→ Work required
Count every line in the entries that contains "IFCPOLYLINE". Report that count alone.
========================================
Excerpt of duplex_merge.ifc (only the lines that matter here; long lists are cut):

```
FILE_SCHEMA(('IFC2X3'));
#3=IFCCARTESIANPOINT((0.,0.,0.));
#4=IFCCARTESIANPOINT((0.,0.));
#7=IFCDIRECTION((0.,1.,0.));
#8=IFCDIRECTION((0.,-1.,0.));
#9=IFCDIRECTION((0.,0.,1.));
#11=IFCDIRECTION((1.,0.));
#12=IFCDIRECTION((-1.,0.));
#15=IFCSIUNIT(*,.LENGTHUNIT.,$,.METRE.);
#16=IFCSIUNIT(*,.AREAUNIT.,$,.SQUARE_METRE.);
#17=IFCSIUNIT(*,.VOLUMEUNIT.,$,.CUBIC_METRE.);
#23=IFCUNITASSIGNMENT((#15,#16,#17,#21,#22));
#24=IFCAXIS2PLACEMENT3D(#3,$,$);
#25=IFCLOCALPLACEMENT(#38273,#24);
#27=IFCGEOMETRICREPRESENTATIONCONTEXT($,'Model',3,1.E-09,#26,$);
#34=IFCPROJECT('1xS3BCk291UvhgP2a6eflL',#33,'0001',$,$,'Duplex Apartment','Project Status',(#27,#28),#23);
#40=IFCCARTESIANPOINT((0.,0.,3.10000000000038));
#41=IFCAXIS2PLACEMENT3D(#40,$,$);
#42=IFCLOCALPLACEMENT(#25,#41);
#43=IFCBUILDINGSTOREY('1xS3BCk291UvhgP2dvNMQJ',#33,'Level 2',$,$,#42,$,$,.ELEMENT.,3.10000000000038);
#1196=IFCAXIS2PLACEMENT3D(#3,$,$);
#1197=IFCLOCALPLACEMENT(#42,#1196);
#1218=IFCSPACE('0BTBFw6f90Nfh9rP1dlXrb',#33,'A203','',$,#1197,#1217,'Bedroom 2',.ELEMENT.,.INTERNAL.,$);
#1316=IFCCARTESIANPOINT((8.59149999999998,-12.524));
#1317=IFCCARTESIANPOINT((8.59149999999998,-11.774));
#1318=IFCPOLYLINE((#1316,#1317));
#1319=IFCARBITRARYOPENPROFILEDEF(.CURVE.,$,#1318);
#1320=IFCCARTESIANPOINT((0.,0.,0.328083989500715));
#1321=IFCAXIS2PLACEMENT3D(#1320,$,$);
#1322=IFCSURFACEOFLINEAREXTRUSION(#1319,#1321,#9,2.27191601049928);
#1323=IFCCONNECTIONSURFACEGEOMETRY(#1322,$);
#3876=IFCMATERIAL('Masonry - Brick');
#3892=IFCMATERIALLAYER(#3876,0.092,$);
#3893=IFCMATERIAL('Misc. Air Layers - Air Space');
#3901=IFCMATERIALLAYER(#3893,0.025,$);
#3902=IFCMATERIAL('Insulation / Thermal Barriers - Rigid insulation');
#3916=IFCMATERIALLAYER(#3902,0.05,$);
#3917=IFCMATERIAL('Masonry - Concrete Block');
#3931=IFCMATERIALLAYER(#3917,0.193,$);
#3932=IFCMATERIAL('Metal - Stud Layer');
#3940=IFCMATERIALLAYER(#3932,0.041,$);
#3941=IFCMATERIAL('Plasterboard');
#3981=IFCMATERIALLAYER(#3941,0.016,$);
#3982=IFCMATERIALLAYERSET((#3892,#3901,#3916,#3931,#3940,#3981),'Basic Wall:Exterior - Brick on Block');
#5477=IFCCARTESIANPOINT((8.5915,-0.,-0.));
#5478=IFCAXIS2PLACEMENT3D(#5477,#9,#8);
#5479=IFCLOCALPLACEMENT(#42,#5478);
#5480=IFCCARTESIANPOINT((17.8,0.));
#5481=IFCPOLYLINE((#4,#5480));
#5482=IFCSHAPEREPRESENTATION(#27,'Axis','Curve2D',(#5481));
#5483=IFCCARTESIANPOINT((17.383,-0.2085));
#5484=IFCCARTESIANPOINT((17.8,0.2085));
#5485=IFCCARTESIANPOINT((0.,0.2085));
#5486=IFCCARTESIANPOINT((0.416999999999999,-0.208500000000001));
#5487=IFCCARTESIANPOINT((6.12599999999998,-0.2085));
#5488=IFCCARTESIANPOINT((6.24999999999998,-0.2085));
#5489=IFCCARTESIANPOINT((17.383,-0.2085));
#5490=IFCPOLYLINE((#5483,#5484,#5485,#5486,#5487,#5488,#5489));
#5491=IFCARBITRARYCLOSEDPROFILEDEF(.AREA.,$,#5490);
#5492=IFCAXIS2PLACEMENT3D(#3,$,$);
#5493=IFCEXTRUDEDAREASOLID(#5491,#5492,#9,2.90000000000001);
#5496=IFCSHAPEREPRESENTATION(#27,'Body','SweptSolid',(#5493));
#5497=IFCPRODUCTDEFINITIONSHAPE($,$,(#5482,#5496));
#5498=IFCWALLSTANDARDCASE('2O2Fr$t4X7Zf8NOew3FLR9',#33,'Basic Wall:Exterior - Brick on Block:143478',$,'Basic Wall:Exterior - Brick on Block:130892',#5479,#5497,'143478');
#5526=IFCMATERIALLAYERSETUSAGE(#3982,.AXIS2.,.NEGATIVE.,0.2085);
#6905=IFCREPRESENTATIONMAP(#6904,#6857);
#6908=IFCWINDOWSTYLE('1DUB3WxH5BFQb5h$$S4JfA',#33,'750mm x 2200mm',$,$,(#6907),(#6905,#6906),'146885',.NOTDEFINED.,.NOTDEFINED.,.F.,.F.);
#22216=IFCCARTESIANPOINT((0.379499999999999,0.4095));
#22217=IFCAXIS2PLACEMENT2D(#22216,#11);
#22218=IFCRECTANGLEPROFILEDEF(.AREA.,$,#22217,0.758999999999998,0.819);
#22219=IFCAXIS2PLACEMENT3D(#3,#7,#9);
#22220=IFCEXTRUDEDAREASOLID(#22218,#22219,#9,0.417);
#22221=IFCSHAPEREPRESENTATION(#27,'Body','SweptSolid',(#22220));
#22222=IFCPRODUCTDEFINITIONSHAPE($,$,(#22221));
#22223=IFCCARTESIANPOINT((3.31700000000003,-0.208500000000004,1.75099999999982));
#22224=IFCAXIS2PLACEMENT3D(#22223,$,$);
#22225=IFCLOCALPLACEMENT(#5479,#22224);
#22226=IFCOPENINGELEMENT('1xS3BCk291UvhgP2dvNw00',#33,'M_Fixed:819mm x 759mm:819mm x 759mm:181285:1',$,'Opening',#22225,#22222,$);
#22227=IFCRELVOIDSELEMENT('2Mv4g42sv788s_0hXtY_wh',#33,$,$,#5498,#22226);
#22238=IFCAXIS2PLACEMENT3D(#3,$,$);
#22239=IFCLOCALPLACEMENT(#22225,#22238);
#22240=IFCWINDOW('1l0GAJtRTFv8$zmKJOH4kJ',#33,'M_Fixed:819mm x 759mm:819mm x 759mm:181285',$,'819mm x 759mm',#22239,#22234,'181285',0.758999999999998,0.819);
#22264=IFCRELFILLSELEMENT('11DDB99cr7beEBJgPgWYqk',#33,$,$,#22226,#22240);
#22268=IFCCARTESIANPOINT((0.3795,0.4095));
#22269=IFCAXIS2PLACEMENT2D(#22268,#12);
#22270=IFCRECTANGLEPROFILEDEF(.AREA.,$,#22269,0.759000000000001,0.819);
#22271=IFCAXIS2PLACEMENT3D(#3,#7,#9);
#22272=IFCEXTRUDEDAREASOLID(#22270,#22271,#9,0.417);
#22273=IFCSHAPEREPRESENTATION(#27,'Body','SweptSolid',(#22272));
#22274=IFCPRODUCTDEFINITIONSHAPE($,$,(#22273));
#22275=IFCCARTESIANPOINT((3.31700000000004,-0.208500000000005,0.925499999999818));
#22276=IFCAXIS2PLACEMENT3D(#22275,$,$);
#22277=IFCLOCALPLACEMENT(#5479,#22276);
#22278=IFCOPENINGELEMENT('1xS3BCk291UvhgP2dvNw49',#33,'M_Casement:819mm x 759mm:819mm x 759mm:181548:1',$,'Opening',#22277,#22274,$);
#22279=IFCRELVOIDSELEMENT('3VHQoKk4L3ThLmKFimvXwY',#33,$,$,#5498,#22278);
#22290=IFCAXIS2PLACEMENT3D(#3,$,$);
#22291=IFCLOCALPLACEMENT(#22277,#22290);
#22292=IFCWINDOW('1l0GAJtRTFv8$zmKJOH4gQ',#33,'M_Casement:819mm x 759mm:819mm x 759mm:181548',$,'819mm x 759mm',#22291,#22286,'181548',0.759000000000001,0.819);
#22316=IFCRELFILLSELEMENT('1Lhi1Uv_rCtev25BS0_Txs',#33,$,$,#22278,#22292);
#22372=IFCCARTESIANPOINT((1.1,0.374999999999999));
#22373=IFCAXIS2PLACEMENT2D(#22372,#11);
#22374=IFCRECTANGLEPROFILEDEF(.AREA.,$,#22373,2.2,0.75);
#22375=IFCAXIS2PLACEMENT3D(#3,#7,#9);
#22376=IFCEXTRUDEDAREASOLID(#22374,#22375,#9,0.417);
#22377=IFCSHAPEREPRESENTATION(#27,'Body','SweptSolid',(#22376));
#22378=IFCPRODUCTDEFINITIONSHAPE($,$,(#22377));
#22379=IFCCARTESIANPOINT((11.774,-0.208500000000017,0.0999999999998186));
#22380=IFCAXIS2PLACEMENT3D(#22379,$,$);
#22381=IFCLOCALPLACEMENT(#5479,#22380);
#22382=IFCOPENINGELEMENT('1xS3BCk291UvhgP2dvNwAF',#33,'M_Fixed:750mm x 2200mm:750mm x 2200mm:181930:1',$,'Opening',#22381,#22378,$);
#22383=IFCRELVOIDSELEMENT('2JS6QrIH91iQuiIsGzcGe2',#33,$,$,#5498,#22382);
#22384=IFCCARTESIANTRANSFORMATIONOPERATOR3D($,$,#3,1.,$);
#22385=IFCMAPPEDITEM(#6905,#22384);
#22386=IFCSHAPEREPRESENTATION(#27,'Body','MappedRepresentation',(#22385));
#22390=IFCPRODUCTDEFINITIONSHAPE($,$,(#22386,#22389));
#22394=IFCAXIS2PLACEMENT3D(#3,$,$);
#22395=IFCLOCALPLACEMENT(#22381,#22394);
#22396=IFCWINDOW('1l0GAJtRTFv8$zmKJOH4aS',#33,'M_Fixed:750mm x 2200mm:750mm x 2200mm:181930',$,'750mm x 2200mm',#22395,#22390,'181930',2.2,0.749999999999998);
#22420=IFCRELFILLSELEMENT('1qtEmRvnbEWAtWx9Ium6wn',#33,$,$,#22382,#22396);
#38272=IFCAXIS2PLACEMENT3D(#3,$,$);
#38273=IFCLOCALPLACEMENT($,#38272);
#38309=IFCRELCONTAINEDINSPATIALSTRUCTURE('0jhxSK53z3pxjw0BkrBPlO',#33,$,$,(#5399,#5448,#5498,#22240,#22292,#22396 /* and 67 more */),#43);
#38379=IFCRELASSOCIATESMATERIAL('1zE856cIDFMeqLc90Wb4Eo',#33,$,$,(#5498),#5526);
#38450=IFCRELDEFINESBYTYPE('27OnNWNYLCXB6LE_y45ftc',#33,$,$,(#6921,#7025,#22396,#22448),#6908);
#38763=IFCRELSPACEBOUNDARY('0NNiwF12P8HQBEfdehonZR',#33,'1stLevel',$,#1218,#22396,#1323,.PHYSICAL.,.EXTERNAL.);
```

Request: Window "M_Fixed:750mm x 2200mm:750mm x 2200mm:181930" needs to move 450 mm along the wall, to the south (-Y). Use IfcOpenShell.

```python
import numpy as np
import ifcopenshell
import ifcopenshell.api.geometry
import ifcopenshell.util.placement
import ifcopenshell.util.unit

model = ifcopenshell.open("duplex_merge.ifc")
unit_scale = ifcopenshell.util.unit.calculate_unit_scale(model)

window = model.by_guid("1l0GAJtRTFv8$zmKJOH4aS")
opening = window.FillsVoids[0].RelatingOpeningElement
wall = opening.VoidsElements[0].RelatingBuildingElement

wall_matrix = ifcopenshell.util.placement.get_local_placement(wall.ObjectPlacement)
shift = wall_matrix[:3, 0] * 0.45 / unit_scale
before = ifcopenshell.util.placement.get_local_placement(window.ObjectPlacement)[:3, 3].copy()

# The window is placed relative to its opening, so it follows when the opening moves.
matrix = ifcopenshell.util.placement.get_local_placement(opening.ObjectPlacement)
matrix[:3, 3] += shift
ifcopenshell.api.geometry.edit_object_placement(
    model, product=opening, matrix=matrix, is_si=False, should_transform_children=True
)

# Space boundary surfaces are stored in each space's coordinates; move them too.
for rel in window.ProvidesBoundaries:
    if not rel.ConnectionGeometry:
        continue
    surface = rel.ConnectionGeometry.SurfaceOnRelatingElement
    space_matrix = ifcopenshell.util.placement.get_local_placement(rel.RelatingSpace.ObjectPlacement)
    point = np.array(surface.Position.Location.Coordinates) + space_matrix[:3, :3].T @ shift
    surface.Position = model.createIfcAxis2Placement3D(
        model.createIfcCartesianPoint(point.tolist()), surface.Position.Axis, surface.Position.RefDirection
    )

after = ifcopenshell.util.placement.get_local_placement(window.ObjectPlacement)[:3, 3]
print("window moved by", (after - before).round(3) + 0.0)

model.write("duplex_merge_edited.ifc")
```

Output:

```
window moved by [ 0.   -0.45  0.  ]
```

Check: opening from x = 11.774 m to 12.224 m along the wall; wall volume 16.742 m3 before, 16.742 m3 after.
========================================
→ Response to this task
3